**Requirement**
Wherever the string "IFCRELFILLSELEMENT" appears in the entries below, return the line that holds it.

**Record excerpts**
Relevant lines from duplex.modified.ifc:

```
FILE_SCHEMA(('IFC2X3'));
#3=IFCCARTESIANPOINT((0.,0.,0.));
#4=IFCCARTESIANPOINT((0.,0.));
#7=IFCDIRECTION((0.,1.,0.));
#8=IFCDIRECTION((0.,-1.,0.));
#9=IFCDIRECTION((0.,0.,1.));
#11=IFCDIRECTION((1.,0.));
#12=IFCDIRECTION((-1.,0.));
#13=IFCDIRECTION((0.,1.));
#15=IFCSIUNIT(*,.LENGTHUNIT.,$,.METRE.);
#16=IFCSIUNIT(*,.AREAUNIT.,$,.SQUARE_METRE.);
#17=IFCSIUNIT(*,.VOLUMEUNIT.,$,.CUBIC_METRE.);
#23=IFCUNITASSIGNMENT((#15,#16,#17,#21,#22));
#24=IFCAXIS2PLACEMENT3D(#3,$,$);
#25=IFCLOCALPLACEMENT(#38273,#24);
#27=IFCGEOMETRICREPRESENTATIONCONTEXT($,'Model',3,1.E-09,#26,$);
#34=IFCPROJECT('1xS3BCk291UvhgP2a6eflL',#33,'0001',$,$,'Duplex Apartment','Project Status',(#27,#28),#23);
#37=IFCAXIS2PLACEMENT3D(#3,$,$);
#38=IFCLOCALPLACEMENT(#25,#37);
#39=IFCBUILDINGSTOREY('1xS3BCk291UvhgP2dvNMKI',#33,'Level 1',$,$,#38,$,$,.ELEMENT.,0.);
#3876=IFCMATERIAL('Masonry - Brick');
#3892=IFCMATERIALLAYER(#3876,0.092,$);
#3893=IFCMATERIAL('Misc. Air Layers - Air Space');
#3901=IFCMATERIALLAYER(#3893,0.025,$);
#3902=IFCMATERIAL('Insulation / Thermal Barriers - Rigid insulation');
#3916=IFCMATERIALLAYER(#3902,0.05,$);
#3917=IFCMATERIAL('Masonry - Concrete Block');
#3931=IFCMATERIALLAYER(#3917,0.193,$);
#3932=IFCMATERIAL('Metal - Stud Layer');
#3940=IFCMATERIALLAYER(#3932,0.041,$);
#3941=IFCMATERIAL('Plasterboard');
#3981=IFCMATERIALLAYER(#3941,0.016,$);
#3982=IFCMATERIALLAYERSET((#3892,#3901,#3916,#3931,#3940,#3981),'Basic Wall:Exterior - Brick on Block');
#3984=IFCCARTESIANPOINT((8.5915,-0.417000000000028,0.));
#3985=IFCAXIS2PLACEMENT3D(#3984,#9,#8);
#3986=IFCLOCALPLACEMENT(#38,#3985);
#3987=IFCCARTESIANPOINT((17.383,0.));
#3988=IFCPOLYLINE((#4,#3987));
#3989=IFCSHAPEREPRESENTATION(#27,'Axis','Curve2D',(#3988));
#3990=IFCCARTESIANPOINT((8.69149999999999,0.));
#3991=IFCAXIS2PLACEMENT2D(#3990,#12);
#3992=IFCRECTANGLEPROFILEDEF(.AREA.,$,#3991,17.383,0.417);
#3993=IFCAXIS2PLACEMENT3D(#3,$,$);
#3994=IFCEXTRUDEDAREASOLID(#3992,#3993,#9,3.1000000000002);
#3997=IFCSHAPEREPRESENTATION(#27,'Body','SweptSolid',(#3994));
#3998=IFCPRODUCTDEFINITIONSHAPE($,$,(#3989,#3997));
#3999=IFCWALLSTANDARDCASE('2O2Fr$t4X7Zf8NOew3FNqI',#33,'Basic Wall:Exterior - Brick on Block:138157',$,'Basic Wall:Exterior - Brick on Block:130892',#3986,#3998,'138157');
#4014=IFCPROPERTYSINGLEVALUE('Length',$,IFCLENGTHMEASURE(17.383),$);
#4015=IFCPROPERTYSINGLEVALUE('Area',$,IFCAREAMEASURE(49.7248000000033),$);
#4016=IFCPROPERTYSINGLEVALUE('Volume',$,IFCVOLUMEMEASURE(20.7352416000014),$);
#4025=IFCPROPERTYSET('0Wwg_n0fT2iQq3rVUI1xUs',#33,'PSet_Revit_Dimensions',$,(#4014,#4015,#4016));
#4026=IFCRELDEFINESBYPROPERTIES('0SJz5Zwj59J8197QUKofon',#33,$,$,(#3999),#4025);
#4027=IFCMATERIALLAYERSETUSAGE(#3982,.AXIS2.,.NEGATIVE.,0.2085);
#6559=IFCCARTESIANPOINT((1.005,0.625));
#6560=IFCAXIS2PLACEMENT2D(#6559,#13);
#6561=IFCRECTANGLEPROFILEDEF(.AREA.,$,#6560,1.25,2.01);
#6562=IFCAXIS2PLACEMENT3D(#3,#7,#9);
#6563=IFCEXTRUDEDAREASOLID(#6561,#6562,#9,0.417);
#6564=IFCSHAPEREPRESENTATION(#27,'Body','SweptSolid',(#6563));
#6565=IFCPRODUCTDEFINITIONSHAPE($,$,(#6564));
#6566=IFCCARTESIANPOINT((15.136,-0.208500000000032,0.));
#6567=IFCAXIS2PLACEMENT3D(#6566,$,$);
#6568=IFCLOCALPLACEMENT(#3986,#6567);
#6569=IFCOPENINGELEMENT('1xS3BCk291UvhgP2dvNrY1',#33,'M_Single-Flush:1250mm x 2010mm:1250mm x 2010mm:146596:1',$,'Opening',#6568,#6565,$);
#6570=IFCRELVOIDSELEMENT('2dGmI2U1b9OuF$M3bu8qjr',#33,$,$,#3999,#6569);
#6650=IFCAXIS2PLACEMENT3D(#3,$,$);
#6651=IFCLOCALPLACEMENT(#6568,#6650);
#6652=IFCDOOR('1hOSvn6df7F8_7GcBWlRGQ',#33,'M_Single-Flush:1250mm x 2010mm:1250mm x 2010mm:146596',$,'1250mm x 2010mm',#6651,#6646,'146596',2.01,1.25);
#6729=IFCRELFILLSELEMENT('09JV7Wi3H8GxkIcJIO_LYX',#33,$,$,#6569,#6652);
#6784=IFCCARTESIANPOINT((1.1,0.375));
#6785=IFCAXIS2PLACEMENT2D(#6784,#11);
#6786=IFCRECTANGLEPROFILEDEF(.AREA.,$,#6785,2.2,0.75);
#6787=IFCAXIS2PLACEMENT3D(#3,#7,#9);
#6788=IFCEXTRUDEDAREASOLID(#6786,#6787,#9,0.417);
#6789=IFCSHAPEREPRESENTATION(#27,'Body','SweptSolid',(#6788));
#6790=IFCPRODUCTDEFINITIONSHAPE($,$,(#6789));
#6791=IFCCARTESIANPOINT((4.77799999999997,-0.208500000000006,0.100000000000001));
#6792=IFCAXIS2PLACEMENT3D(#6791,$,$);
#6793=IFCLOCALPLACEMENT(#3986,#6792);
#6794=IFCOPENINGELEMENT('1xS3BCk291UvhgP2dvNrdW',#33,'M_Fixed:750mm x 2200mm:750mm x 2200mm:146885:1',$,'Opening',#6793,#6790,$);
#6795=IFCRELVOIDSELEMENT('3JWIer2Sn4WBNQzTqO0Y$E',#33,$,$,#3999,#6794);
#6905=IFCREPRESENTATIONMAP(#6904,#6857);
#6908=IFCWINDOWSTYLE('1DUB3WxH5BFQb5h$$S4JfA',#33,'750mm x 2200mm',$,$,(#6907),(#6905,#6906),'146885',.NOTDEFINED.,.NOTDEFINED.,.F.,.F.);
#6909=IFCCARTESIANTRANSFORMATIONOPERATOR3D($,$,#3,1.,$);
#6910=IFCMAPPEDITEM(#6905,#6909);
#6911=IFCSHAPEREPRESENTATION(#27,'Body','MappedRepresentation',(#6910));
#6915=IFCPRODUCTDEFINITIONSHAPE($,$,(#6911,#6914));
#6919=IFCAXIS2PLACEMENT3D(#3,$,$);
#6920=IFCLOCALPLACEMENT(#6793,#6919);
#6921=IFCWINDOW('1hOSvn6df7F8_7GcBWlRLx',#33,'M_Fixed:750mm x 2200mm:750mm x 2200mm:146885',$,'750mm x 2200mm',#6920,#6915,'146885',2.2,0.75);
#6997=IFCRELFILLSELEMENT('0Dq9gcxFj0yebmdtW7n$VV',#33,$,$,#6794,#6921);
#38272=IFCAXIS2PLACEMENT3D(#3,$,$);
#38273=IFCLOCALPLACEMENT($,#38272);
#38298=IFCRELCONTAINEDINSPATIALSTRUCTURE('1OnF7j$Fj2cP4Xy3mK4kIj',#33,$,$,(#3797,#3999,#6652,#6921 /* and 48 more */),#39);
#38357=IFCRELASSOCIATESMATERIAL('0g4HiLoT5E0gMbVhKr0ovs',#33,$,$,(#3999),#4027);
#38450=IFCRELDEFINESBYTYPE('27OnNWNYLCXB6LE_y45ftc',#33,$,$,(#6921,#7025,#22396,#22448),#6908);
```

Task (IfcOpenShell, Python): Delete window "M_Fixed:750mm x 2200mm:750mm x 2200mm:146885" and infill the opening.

```python
import ifcopenshell
import ifcopenshell.api.feature
import ifcopenshell.api.pset
import ifcopenshell.api.root
import ifcopenshell.geom
import ifcopenshell.util.element
import ifcopenshell.util.shape
import ifcopenshell.util.unit

model = ifcopenshell.open("duplex.modified.ifc")
area_scale = ifcopenshell.util.unit.calculate_unit_scale(model, "AREAUNIT")
volume_scale = ifcopenshell.util.unit.calculate_unit_scale(model, "VOLUMEUNIT")
settings = ifcopenshell.geom.settings()


def volume(element):
    """Net volume in cubic metres, openings subtracted."""
    shape = ifcopenshell.geom.create_shape(settings, element)
    return ifcopenshell.util.shape.get_volume(shape.geometry)


window = model.by_guid("1hOSvn6df7F8_7GcBWlRLx")
opening = window.FillsVoids[0].RelatingOpeningElement
wall = opening.VoidsElements[0].RelatingBuildingElement
before = volume(wall)

ifcopenshell.api.root.remove_product(model, product=window)
ifcopenshell.api.feature.remove_feature(model, feature=opening)

after = volume(wall)
thickness = 0.417  # wall thickness in metres

# Update the wall's stored quantities.
pset = model.by_id(ifcopenshell.util.element.get_pset(wall, "PSet_Revit_Dimensions", should_inherit=False)["id"])
ifcopenshell.api.pset.edit_pset(model, pset=pset, properties={
    "Area": model.create_entity("IfcAreaMeasure", after / thickness / area_scale),
    "Volume": model.create_entity("IfcVolumeMeasure", after / volume_scale),
})

print(f"wall volume {before:.3f} -> {after:.3f} m3")

model.write("duplex.modified_edited.ifc")
```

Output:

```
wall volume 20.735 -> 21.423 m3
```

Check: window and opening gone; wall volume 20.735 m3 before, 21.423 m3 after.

**Response to the task**
#6729=IFCRELFILLSELEMENT('09JV7Wi3H8GxkIcJIO_LYX',#33,$,$,#6569,#6652);
#6997=IFCRELFILLSELEMENT('0Dq9gcxFj0yebmdtW7n$VV',#33,$,$,#6794,#6921);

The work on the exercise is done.